Just a butt in post  here's some snapshots of them...

http://www.miteebite.com/

=========


----------



## harrysin (Jan 15, 2007)

Thanks for that piece of education Bj a L. they sure make a wide range which all look expensive. I can see lots of uses for them on my mill and vertical slide that I use when milling on my lathe, however I doubt that their probable cost could be justified in woodworking. Rusty's version fitted into a jig holder is a definite improvement on the one that I have shown and would take no longer to make.
I must make it clear that cams and tee slot systems are not a pre-requisite for this basic system, the wood can be centered in the jig and held in position with a piece of scrap MDF pinned at each side. These two shots show another simple way, the wood is held in place with four pieces of scrap, the template sat on top and centered and held in this position with another four pieces of scrap.


----------



## RustyW (Dec 28, 2005)

Here is how I made mine. I wanted it to fit lots of different project sizes so I made it to fit a 16"x20" jig and pattern. The depth of the box is 3 1/2". To make projects in 3/4" stock I use mdf spacers under the jig. This was made almost entirely out stuff I had laying around.


----------



## harrysin (Jan 15, 2007)

Thanks Rusty for coming in here, I know that members would love to see your jig in action and possibly some projects that you have made using it.


----------



## Lemuzz (Jul 25, 2008)

Tkx BJ Yes I use the Tee slot kits as shown in their site. From memory not too expensive but you need two and a fixed fence. Steel or MDF packers to make up the difference between your work and the fence. Maybe 6mm cam locking. A nice low profile about 8mm


----------



## jerrymayfield (Sep 25, 2004)

I feel like someone just awakening from a very long nap and noticing all the changes. I don't know anything about the jig holders and jigs,skies and anything connected with them. Could some one help me or refer me to a DVD or book. Any help would be appreciated.

Thanks

Jerry


----------



## harrysin (Jan 15, 2007)

Jerry,I'm not aware of any DVD's or books covering jig holders, skis etc but if you have the time to hunt through my past threads you'll find heaps of projects showing making of templates, jigs, details of skis and projects made using these items.


----------



## bobj3 (Jan 17, 2006)

Hi Jerry

You may want to check out the links below

http://www.routerforums.com/email-router-tips-members-only/4348-guide-bushing-chart.html

The picture below is Template Tom's 1st. one I think, back in 2004 .
They may have DVD or something by now to help use the ski jig..

==========
http://www.trend-uk.com/en/US/product/U*PFJ_SET_1/3/21/pivot_frame_jig_for_t5_and_elu_mof_96_.html


After taking a hard look at this type I think I'm going to make one like it in the shop...now I need to look around for some Alum.bar stock and some Poly.block stock to make the jig guides... 

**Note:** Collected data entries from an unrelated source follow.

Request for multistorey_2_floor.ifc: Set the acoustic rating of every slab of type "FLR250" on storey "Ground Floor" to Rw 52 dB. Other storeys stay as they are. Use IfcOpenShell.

First a look at what the model holds.

```python
import ifcopenshell
import ifcopenshell.util.element

model = ifcopenshell.open("multistorey_2_floor.ifc")
print(model.schema)
storey = next(s for s in model.by_type("IfcBuildingStorey") if s.Name == "Ground Floor")
slabs = [e for e in ifcopenshell.util.element.get_decomposition(storey) if e.is_a("IfcSlab")]
seen = {}
for e in slabs:
    element_type = ifcopenshell.util.element.get_type(e)
    key = (element_type.Name if element_type != e and element_type else None, ifcopenshell.util.element.get_pset(e, "Pset_SlabCommon", "AcousticRating"))
    seen[key] = seen.get(key, 0) + 1
for (name, value), count in sorted(seen.items(), key=str):
    print(count, "x", name, "|", value)
```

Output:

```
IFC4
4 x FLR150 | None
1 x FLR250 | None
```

```python
import ifcopenshell
import ifcopenshell.api.pset
import ifcopenshell.util.element

model = ifcopenshell.open("multistorey_2_floor.ifc")

storey = next(s for s in model.by_type("IfcBuildingStorey") if s.Name == "Ground Floor")
slabs = [e for e in ifcopenshell.util.element.get_decomposition(storey) if e.is_a("IfcSlab")]

count = 0
for e in slabs:
    element_type = ifcopenshell.util.element.get_type(e)
    if element_type in (None, e) or element_type.Name != "FLR250":
        continue
    # add_pset returns the element's existing set when there is one.
    pset = ifcopenshell.api.pset.add_pset(model, product=e, name="Pset_SlabCommon")
    ifcopenshell.api.pset.edit_pset(model, pset=pset, properties={"AcousticRating": "Rw 52 dB"})
    count += 1

print(count, "slabs updated")

model.write("multistorey_2_floor_updated.ifc")
```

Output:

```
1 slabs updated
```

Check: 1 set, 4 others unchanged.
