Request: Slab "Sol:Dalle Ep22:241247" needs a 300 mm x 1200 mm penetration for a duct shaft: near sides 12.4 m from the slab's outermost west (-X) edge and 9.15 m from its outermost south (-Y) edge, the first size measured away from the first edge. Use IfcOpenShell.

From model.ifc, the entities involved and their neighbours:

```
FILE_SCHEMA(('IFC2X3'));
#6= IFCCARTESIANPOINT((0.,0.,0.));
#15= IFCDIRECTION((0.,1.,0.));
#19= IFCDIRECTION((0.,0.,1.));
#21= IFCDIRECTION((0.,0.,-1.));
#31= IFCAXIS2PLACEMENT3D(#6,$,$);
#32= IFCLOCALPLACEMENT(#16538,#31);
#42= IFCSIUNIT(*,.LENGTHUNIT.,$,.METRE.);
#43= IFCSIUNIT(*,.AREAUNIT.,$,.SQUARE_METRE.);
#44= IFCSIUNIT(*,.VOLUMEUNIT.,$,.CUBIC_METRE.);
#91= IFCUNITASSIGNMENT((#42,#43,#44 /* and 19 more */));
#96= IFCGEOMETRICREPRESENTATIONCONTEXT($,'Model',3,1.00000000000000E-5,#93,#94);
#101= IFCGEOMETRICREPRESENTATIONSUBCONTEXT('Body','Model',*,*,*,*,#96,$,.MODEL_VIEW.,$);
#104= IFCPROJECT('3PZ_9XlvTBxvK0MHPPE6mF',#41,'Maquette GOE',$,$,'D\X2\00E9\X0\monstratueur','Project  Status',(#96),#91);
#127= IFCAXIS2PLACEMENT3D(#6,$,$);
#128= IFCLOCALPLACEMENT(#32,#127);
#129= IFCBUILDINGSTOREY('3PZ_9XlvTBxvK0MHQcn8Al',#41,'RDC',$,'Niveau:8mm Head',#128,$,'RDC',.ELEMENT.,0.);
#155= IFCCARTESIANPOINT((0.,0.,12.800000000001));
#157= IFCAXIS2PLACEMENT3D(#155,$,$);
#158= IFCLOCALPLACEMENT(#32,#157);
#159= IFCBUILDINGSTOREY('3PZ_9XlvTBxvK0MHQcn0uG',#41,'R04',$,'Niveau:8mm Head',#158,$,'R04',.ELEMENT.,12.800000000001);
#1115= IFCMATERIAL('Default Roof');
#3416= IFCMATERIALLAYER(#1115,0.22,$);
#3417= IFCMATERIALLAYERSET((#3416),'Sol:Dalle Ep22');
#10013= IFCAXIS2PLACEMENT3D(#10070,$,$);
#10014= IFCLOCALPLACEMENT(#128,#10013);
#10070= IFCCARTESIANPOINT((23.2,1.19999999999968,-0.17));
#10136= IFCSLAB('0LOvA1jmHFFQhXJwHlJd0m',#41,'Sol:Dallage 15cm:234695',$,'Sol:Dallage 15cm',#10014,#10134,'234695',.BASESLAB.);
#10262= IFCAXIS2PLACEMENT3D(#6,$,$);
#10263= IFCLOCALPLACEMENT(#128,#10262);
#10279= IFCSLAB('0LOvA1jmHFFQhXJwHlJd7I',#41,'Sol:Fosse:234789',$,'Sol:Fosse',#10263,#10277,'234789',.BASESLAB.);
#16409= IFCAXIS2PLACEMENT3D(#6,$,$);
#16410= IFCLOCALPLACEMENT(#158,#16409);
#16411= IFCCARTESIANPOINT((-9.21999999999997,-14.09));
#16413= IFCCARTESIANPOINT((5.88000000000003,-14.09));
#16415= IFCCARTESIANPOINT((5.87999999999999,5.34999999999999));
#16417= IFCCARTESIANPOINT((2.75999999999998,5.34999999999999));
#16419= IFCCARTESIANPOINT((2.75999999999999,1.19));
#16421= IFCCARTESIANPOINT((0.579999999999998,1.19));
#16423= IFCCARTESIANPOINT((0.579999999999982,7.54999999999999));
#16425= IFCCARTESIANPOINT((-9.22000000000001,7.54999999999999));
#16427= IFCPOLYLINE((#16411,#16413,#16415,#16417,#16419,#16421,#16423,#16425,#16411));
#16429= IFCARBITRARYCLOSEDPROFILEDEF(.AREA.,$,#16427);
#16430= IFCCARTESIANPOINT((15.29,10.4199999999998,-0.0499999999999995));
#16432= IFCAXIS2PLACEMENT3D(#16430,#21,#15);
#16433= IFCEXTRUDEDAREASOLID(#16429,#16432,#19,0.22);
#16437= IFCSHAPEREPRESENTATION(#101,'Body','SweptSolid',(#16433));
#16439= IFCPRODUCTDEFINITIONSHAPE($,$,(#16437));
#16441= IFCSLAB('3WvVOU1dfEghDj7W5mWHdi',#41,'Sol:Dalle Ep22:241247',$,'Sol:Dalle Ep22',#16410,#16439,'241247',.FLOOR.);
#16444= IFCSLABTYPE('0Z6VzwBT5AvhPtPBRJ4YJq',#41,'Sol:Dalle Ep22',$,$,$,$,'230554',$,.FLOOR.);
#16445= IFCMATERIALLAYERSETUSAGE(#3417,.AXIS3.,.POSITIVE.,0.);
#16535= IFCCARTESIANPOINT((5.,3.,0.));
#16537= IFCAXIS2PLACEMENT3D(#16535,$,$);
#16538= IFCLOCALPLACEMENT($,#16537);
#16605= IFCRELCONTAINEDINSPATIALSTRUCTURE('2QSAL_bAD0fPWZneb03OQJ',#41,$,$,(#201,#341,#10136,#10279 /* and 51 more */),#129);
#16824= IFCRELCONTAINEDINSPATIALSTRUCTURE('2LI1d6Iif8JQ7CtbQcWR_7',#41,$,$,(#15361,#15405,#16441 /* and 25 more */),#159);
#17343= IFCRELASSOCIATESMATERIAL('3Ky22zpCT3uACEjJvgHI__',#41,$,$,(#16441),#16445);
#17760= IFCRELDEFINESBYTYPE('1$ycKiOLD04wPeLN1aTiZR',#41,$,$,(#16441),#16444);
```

```python
import numpy as np
import ifcopenshell
import ifcopenshell.api.feature
import ifcopenshell.api.geometry
import ifcopenshell.api.root
import ifcopenshell.geom
import ifcopenshell.util.placement
import ifcopenshell.util.representation
import ifcopenshell.util.shape
import ifcopenshell.util.unit

model = ifcopenshell.open("model.ifc")
unit_scale = ifcopenshell.util.unit.calculate_unit_scale(model)
settings = ifcopenshell.geom.settings()


def volume(element):
    """Net volume in cubic metres, openings subtracted."""
    shape = ifcopenshell.geom.create_shape(settings, element)
    return ifcopenshell.util.shape.get_volume(shape.geometry)


slab = model.by_id(16441)
before = volume(slab)

# Extent in the slab's own axes, in metres. The edges named are its -X and -Y sides.
slab_shape = ifcopenshell.geom.create_shape(settings, slab)
vertices = ifcopenshell.util.shape.get_vertices(slab_shape.geometry)
x_min, y_min, bottom = vertices.min(axis=0)
top = vertices[:, 2].max()

opening = ifcopenshell.api.root.create_entity(model, ifc_class="IfcOpeningElement", name="Duct shaft opening")
context = ifcopenshell.util.representation.get_context(model, "Model", "Body", "MODEL_VIEW")
width, depth = 0.3, 1.2
outline = [(0.0, 0.0), (width, 0.0), (width, depth), (0.0, depth), (0.0, 0.0)]
# Overshoot both faces by 50 mm so the cut is clean.
shape = ifcopenshell.api.geometry.add_slab_representation(
    model, context=context, depth=top - bottom + 0.1, polyline=outline
)
ifcopenshell.api.geometry.assign_representation(model, product=opening, representation=shape)

matrix = ifcopenshell.util.placement.get_local_placement(slab.ObjectPlacement)
matrix[:, 3] = matrix @ np.append(np.array([x_min + 12.4, y_min + 9.15, bottom - 0.05]) / unit_scale, 1.0)
ifcopenshell.api.geometry.edit_object_placement(model, product=opening, matrix=matrix, is_si=False)
ifcopenshell.api.feature.add_feature(model, feature=opening, element=slab)

after = volume(slab)

print(f"slab volume {before:.3f} -> {after:.3f} m3")

model.write("model-out.ifc")
```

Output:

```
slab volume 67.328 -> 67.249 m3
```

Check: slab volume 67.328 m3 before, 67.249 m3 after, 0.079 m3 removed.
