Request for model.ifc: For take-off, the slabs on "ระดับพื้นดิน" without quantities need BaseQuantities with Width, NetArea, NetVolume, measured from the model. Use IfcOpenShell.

First a look at what the model holds.

```python
import ifcopenshell
import ifcopenshell.util.element
import ifcopenshell.util.unit

model = ifcopenshell.open("model.ifc")
print(model.schema)
for unit_type in ("LENGTHUNIT", "AREAUNIT", "VOLUMEUNIT"):
    print(unit_type, ifcopenshell.util.unit.calculate_unit_scale(model, unit_type))
storey = next(s for s in model.by_type("IfcBuildingStorey") if s.Name == "ระดับพื้นดิน")
slabs = [e for e in ifcopenshell.util.element.get_decomposition(storey) if e.is_a("IfcSlab")]
for e in sorted(slabs, key=lambda e: e.id()):
    print(e.id(), e.is_a(), e.Name, list(ifcopenshell.util.element.get_psets(e, qtos_only=True)), sep=" | ")
```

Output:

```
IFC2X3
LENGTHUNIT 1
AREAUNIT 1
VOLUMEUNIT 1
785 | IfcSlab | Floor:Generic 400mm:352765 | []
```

```python
import ifcopenshell
import ifcopenshell.api.pset
import ifcopenshell.geom
import ifcopenshell.util.element
import ifcopenshell.util.shape
import ifcopenshell.util.unit

model = ifcopenshell.open("model.ifc")
unit_scale = ifcopenshell.util.unit.calculate_unit_scale(model)
area_scale = ifcopenshell.util.unit.calculate_unit_scale(model, "AREAUNIT")
volume_scale = ifcopenshell.util.unit.calculate_unit_scale(model, "VOLUMEUNIT")
settings = ifcopenshell.geom.settings()

storey = next(s for s in model.by_type("IfcBuildingStorey") if s.Name == "ระดับพื้นดิน")
slabs = [e for e in ifcopenshell.util.element.get_decomposition(storey) if e.is_a("IfcSlab")]

for e in sorted(slabs, key=lambda e: e.id()):
    if ifcopenshell.util.element.get_psets(e, qtos_only=True, should_inherit=False):
        continue
    # Geometry comes back in metres, in the element's own axes.
    shape = ifcopenshell.geom.create_shape(settings, e)
    values = {
        "Width": ifcopenshell.util.shape.get_z(shape.geometry) / unit_scale,
        "NetArea": ifcopenshell.util.shape.get_footprint_area(shape.geometry) / area_scale,
        "NetVolume": ifcopenshell.util.shape.get_volume(shape.geometry) / volume_scale,
    }
    qto = ifcopenshell.api.pset.add_qto(model, product=e, name="BaseQuantities")
    ifcopenshell.api.pset.edit_qto(model, qto=qto, properties=values)
    print(e.id(), {k: round(v, 3) for k, v in values.items()})

model.write("model_rev.ifc")
```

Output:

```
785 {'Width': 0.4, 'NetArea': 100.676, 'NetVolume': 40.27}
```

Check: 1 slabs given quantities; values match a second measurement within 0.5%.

Sure would be a neat way to make Rosettes with a plunge router bit..
The normal rosettes are a bit to small and this would fix that error.

http://www.grizzly.com/products/c1768

http://www.grizzly.com/catalog/2008/Main/482


==========



jerrymayfield said:


> I feel like someone just awakening from a very long nap and noticing all the changes. I don't know anything about the jig holders and jigs,skies and anything connected with them. Could some one help me or refer me to a DVD or book. Any help would be appreciated.
> 
> Thanks
> 
> Jerry


----------



## harrysin (Jan 15, 2007)

"After taking a hard look at this type I think I'm going to make one like it in the shop...now I need to look around for some Alum.bar stock and some Poly.block stock to make the jig guides..."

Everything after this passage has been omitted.